Whether changing DOCTYPE will break any javascript functions really depends on how defensively those functions are designed :)

For example, when document is rendered in quirks mode, document.body (BODY) becomes a so called "root element"; when rendered in standard mode, that root element is usually a document.documentElement (HTML). This is a rather substantial distinction. If a script that determines browser screen size always queries clientWidth/clientHeight properties off of document.documentElement, it will obviously report incorrect results in quirks mode (since, IIRC, document.documentElement.clientWidth/clientHeight would represent dimensions of HTML element, rather than screen ones).

Most of the JS libraries usually explicitly state whether quirksmode is supported (we - Prototype.js - for example, don't support quirks mode).

Speaking of HTML vs XHTML, in order for browser to render document as XHTML, you must first of all serve it with proper "Content-type" header (i.e. application/xhtml+xml). If you only change doctype to XHTML one, but still serve document as "text/html", most browsers I know will still parse (and render) it as HTML document.

Note that to date, IE doesn't understand "real" XHTML content, which is why serving documents as text/html (with HTML4.01 doctype) is a recommended way to go (unless IE is not among supported browsers, of course).

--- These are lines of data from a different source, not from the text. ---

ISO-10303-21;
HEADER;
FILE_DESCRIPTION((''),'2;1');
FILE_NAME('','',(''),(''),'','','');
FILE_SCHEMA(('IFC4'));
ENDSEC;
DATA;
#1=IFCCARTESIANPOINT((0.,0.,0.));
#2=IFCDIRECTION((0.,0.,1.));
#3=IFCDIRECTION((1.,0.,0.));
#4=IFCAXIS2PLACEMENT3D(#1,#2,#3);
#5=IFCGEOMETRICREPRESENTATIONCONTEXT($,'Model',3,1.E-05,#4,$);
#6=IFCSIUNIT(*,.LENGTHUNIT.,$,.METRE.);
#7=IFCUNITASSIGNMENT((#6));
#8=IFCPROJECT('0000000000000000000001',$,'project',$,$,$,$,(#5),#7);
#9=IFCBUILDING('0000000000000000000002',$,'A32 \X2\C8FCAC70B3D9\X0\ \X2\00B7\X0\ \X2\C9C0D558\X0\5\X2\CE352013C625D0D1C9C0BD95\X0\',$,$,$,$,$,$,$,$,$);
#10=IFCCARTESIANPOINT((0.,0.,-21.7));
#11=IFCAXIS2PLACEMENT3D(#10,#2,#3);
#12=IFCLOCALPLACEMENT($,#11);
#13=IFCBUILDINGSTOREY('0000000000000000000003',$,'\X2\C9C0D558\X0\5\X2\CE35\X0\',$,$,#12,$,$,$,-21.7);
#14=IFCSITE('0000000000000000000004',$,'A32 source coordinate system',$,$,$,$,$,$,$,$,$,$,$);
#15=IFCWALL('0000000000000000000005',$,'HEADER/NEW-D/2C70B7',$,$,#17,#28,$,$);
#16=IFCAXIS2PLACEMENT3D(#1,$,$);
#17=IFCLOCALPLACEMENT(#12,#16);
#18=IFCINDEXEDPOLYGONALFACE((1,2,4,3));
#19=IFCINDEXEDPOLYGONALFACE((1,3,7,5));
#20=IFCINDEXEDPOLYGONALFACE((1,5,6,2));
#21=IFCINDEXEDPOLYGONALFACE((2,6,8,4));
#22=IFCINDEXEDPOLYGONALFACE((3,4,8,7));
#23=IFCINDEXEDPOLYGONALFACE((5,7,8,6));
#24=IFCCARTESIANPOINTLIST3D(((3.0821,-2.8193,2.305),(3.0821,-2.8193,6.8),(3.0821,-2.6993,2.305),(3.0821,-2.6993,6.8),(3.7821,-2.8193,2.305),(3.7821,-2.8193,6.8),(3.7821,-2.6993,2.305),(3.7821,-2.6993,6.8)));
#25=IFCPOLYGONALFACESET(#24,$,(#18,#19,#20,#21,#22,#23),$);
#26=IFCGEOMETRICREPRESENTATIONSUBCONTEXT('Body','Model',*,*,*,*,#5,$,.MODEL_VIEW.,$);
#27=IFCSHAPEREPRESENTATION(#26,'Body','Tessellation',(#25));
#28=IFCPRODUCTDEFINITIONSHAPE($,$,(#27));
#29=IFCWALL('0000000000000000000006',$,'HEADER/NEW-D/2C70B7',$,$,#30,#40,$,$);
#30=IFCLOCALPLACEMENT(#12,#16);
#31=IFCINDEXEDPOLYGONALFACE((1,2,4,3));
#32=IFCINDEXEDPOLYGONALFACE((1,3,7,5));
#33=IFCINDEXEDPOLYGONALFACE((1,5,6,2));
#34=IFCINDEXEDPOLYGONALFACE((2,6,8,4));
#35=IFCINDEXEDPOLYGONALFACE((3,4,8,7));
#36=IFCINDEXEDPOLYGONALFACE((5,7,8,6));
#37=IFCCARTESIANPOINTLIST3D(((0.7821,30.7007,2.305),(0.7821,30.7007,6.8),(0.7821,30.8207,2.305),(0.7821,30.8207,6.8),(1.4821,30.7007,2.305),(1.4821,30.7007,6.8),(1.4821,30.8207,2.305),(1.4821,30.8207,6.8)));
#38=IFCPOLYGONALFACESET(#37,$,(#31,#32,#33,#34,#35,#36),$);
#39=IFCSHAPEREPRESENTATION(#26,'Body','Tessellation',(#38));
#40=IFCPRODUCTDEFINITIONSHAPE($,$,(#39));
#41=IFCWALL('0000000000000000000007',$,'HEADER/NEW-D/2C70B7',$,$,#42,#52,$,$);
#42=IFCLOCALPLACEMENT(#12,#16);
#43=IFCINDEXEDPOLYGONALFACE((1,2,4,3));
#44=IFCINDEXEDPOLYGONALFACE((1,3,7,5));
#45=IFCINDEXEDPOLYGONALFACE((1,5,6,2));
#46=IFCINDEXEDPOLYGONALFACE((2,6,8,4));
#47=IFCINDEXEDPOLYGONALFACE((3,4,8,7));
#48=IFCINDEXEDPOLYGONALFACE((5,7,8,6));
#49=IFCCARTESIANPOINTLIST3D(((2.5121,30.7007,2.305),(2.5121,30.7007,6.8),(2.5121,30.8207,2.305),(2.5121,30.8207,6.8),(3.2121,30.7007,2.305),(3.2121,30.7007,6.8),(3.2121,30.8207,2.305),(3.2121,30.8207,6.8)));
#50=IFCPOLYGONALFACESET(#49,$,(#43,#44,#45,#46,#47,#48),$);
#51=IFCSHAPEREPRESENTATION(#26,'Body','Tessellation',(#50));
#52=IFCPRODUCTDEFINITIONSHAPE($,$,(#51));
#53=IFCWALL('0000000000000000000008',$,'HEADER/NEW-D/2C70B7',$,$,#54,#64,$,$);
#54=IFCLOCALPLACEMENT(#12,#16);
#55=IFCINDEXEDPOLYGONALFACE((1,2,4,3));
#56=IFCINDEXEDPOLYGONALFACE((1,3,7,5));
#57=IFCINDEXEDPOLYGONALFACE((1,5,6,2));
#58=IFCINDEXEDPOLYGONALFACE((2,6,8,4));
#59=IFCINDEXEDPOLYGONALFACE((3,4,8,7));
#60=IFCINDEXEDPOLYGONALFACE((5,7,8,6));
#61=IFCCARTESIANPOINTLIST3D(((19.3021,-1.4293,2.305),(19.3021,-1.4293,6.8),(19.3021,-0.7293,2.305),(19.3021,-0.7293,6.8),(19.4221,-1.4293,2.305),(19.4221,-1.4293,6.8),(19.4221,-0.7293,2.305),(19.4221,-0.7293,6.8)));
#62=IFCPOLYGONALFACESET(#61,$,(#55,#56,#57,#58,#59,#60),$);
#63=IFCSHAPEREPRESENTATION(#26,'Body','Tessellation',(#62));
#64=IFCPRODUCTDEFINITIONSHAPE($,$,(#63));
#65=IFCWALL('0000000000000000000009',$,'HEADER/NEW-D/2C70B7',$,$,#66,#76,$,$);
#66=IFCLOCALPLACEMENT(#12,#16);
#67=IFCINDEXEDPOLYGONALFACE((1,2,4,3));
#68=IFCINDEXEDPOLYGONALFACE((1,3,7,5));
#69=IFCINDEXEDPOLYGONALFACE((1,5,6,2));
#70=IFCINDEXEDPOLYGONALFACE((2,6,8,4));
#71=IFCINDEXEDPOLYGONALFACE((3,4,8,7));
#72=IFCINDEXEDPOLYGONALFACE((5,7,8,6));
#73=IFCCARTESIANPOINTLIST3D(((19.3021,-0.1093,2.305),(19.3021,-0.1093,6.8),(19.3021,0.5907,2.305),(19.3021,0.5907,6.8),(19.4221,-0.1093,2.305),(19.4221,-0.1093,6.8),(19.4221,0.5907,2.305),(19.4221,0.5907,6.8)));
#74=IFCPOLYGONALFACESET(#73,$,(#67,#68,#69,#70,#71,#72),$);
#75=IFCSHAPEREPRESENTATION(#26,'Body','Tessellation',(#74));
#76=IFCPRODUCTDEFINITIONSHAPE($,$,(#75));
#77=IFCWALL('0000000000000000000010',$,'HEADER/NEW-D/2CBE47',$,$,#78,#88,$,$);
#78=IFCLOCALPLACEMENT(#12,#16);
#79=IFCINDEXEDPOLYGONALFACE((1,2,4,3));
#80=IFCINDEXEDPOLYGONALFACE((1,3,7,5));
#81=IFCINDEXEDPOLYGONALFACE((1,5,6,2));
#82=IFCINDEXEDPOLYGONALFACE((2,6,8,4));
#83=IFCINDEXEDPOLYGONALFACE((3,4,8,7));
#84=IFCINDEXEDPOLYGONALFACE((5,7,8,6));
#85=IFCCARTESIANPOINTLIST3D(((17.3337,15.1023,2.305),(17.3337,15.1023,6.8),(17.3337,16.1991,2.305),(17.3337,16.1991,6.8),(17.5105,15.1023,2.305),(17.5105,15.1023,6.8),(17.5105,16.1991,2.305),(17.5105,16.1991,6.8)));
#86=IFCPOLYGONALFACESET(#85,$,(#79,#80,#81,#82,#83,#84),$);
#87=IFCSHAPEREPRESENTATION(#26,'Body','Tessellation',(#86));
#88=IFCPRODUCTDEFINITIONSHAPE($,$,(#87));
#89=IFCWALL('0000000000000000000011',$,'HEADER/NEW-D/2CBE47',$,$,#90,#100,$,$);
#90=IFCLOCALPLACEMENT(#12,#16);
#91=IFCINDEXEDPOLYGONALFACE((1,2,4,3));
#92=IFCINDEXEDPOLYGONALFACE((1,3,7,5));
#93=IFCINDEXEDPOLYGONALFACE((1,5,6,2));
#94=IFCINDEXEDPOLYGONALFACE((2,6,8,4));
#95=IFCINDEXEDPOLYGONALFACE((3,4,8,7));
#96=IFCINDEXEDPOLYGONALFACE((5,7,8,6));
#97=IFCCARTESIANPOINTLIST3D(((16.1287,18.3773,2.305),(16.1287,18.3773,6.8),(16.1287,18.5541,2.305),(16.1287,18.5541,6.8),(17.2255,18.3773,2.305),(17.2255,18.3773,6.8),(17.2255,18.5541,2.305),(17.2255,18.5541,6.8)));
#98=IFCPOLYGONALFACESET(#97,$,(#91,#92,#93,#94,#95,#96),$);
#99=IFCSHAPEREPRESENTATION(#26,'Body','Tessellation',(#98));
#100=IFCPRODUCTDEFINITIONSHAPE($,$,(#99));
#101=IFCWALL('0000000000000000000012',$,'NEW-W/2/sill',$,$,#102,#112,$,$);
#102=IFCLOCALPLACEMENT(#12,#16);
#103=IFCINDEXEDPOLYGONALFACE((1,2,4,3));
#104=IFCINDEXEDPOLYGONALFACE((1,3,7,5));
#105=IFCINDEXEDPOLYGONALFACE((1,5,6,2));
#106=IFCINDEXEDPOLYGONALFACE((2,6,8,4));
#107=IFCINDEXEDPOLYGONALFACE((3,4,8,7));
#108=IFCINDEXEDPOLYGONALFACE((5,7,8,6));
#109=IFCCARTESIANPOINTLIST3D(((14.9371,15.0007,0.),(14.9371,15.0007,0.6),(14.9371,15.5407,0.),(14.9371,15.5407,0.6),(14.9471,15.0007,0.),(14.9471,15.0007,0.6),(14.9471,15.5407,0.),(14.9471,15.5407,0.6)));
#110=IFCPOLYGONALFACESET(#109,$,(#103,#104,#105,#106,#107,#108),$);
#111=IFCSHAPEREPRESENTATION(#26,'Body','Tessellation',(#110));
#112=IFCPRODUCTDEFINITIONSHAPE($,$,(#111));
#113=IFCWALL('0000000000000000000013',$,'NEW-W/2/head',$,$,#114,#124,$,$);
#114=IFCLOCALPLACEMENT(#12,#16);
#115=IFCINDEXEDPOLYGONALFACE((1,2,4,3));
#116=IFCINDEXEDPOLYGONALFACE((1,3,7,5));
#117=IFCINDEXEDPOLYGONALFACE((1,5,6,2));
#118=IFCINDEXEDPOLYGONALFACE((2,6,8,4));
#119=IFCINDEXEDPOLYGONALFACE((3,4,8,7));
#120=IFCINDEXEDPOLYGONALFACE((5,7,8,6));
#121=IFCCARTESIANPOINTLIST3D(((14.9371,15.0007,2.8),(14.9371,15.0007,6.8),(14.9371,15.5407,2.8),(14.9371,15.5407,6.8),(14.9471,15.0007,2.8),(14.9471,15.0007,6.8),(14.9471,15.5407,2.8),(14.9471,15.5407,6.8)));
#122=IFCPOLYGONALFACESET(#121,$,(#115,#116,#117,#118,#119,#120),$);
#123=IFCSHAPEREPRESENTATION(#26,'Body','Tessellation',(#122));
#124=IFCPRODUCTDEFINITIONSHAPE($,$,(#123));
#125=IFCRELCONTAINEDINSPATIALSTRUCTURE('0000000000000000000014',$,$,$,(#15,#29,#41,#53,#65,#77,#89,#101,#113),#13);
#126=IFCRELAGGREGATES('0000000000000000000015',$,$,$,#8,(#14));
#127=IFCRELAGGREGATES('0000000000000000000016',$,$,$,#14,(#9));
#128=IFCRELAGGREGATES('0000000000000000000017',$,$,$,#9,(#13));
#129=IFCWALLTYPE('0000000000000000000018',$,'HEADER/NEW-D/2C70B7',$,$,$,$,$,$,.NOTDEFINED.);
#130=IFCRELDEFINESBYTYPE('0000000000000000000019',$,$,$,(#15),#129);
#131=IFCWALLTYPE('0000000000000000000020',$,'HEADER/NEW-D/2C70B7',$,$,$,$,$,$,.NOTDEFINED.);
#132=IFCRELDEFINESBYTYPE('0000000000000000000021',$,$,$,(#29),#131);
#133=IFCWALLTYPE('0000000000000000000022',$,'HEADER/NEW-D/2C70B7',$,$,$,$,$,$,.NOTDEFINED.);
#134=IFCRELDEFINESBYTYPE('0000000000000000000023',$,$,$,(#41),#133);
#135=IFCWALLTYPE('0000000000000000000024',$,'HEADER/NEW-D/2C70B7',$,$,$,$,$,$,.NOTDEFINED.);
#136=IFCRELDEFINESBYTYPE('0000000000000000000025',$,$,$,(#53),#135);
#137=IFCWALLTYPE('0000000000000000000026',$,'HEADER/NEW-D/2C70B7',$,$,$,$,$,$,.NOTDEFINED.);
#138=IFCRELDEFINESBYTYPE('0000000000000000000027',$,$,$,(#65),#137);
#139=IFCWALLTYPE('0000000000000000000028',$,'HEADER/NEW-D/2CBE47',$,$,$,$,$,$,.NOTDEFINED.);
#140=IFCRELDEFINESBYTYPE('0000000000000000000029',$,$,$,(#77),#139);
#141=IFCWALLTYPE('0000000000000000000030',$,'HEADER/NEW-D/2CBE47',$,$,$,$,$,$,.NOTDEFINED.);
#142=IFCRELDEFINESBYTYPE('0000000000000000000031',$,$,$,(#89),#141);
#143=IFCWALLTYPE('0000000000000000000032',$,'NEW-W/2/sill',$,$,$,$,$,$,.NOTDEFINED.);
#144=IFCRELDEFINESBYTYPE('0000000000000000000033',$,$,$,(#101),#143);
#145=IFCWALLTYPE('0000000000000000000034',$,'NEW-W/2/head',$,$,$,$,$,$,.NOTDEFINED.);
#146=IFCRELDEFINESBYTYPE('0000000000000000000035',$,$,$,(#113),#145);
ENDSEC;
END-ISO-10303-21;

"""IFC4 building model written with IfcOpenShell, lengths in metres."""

from ifc_helpers import new_model, si_unit, frame, origin, origin_with_axes, place, context, subcontext, project, spatial, polyline, outline, extrude, source, transform, mapped, type_object, type_shapes, element, save


model = new_model("IFC4")

# Units and contexts
model_context = context("Model", 3, precision=1e-05, world=origin_with_axes())
body_context = subcontext(model_context, "Body", "Model", "MODEL_VIEW")
ifc_project = project(units=[si_unit("LENGTHUNIT", "METRE")], contexts=[model_context])

# Site, building, storey
site = spatial("IfcSite", under=ifc_project, Name="A32 source coordinate system")
building = spatial("IfcBuilding", under=site, Name="A32 주거동 · 지하5층–옥탑지붕")
storey_placement = place(None, frame((0.0, 0.0, -21.7), z_axis=(0.0, 0.0, 1.0), x_axis=(1.0, 0.0, 0.0)))
storey = spatial("IfcBuildingStorey", under=building, at=storey_placement, Name="지하5층", Elevation=-21.7)

# Walls
wall_type_1 = type_object("IfcWallType", Name="HEADER/NEW-D/2C70B7", PredefinedType="NOTDEFINED")
shared_shape_1 = source(origin(), body_context, "Body", "SweptSolid", [
    extrude(outline(polyline([(3.0821, -2.8193), (3.0821, -2.6993), (3.7821, -2.6993), (3.7821, -2.8193), (3.0821, -2.8193)])), frame((0.0, 0.0, 2.305)), (0.0, 0.0, 1.0), 4.495),
])
type_shapes(wall_type_1, [shared_shape_1])
wall_1_placement = place(storey_placement, origin_with_axes())
element("IfcWall", 1, at=wall_1_placement, inside=storey, type_object=wall_type_1, Name="HEADER/NEW-D/2C70B7", context=body_context, shape_type="MappedRepresentation", body=[
    mapped(shared_shape_1, transform((0.0, 0.0, 0.0), scale=1.0)),
])
wall_type_2 = type_object("IfcWallType", Name="HEADER/NEW-D/2C70B7", PredefinedType="NOTDEFINED")
shared_shape_2 = source(origin(), body_context, "Body", "SweptSolid", [
    extrude(outline(polyline([(0.7821, 30.7007), (0.7821, 30.8207), (1.4821, 30.8207), (1.4821, 30.7007), (0.7821, 30.7007)])), frame((0.0, 0.0, 2.305)), (0.0, 0.0, 1.0), 4.495),
])
type_shapes(wall_type_2, [shared_shape_2])
wall_2_placement = place(storey_placement, origin_with_axes())
element("IfcWall", 2, at=wall_2_placement, inside=storey, type_object=wall_type_2, Name="HEADER/NEW-D/2C70B7", context=body_context, shape_type="MappedRepresentation", body=[
    mapped(shared_shape_2, transform((0.0, 0.0, 0.0), scale=1.0)),
])
wall_type_3 = type_object("IfcWallType", Name="HEADER/NEW-D/2C70B7", PredefinedType="NOTDEFINED")
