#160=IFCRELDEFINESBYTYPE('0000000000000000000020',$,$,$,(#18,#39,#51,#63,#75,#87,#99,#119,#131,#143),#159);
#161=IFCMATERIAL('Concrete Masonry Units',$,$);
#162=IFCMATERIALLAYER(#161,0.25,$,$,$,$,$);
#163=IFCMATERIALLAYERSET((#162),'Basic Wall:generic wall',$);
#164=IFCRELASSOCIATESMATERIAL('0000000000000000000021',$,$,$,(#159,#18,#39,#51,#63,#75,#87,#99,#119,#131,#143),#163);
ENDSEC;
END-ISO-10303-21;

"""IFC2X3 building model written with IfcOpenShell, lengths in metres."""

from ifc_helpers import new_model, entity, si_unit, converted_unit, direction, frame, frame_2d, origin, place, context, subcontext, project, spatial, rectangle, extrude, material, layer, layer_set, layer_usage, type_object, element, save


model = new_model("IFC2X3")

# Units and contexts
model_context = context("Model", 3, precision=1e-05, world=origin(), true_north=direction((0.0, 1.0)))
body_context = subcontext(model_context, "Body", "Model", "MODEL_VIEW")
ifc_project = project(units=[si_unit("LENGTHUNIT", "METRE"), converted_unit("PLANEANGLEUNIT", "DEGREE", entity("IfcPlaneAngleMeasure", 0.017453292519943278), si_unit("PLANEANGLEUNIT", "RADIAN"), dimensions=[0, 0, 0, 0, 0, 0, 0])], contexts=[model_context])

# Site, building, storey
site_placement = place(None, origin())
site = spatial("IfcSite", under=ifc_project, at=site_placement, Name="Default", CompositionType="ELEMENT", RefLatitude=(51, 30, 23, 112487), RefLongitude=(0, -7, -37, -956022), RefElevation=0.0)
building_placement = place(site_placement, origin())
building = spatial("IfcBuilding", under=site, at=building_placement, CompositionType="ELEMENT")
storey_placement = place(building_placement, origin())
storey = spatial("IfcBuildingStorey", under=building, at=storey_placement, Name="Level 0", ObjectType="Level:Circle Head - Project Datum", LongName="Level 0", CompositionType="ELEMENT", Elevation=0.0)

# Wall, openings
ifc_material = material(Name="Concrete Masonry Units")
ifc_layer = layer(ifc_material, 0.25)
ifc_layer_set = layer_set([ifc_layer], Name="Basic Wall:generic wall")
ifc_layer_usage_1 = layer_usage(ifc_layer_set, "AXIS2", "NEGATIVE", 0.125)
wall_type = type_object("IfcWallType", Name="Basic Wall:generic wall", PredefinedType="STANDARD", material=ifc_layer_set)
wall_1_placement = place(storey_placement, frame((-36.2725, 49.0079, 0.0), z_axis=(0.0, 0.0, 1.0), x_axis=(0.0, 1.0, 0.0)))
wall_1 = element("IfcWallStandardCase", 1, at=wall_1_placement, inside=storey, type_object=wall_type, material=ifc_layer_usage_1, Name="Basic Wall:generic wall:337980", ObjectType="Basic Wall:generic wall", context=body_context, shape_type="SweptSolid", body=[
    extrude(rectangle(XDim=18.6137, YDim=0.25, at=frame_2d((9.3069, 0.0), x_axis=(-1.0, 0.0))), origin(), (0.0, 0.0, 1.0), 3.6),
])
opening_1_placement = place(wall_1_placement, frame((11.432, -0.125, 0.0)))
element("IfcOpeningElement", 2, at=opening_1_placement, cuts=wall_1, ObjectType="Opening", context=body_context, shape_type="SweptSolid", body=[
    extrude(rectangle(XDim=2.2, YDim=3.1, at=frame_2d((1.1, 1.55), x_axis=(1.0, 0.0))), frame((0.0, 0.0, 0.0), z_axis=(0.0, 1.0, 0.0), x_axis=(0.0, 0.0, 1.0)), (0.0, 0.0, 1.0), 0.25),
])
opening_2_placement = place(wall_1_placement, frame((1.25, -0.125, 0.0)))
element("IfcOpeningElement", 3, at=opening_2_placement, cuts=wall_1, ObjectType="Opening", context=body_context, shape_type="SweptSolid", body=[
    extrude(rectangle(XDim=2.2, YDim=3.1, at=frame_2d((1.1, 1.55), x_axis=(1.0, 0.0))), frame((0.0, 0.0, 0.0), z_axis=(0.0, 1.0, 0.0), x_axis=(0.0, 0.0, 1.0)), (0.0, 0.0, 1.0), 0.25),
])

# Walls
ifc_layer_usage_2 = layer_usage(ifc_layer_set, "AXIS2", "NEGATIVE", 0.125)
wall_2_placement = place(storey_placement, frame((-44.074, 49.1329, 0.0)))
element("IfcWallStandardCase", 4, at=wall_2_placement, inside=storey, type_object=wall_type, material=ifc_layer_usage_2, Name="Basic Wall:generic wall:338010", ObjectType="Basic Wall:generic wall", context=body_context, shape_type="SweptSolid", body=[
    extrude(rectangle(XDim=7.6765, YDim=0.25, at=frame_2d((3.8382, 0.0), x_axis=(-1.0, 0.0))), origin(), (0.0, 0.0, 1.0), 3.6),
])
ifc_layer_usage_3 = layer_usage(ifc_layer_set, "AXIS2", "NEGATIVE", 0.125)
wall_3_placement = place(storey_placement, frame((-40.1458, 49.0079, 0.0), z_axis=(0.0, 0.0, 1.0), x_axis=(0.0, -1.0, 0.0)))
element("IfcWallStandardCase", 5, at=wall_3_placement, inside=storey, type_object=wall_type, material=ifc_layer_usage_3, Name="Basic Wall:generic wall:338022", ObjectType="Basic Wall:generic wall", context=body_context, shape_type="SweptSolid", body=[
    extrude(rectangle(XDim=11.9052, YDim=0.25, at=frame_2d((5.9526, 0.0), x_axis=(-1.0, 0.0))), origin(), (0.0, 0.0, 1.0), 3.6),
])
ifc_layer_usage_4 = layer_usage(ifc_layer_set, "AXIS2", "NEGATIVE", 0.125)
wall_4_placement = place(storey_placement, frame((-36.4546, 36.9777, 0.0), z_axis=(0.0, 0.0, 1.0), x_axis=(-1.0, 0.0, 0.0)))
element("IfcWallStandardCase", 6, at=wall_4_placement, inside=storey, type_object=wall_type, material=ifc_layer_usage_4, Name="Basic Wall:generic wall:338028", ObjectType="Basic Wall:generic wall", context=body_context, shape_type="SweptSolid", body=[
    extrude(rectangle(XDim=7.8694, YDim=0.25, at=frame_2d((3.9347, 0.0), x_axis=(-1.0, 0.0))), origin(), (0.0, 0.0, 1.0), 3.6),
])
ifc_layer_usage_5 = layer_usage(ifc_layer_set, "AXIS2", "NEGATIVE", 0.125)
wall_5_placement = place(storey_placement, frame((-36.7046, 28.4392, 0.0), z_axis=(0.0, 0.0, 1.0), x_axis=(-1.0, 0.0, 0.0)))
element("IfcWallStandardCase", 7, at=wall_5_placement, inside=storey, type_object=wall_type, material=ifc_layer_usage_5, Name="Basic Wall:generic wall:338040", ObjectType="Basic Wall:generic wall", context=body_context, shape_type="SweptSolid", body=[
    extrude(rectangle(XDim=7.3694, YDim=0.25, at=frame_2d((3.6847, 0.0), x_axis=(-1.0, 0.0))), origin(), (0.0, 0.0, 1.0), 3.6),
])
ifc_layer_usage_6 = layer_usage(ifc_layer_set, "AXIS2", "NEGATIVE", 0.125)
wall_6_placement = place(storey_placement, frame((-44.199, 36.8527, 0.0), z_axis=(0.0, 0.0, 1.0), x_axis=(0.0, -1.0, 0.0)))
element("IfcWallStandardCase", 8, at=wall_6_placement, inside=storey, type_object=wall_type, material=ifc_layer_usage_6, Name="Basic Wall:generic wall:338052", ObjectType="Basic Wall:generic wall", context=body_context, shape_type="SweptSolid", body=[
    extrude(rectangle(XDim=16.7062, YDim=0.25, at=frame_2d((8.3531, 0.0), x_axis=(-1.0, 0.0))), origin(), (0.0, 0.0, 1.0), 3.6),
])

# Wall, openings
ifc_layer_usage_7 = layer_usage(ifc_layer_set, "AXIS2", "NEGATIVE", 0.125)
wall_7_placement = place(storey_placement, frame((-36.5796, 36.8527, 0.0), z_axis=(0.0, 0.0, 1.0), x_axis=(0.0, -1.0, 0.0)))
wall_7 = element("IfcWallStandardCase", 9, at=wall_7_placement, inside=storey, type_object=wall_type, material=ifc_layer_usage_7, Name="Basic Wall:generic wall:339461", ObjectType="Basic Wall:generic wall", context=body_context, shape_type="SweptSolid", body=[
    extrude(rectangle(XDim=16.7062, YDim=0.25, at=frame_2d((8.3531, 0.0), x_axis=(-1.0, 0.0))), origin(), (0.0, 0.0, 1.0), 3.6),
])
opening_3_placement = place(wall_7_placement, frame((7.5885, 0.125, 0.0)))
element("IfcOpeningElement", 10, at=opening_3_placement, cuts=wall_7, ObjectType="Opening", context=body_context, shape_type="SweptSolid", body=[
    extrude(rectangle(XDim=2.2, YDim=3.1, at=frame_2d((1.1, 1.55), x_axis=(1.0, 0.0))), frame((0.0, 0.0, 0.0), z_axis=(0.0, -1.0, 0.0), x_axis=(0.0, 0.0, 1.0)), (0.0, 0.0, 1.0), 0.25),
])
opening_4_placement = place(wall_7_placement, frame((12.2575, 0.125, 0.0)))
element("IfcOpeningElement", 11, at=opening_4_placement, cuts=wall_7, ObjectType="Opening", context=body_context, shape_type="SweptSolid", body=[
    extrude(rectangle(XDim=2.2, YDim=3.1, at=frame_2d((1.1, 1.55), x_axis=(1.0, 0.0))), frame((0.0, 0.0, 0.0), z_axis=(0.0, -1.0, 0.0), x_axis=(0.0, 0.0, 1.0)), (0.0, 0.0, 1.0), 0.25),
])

As far as DOM peculiarities in "real" XHTML documents, I've heard that some things like document.write "don't work" and that accessing node attributes should always be performed via getAttribute/setAttribute (rather than via simpler property accessors). IIRC, there are also some issues with innerHTML.

The lack of information about DOM in "real" XHTML documents is probably due to its impracticality in documents/applications for general web (i.e. IE's lack of support for it).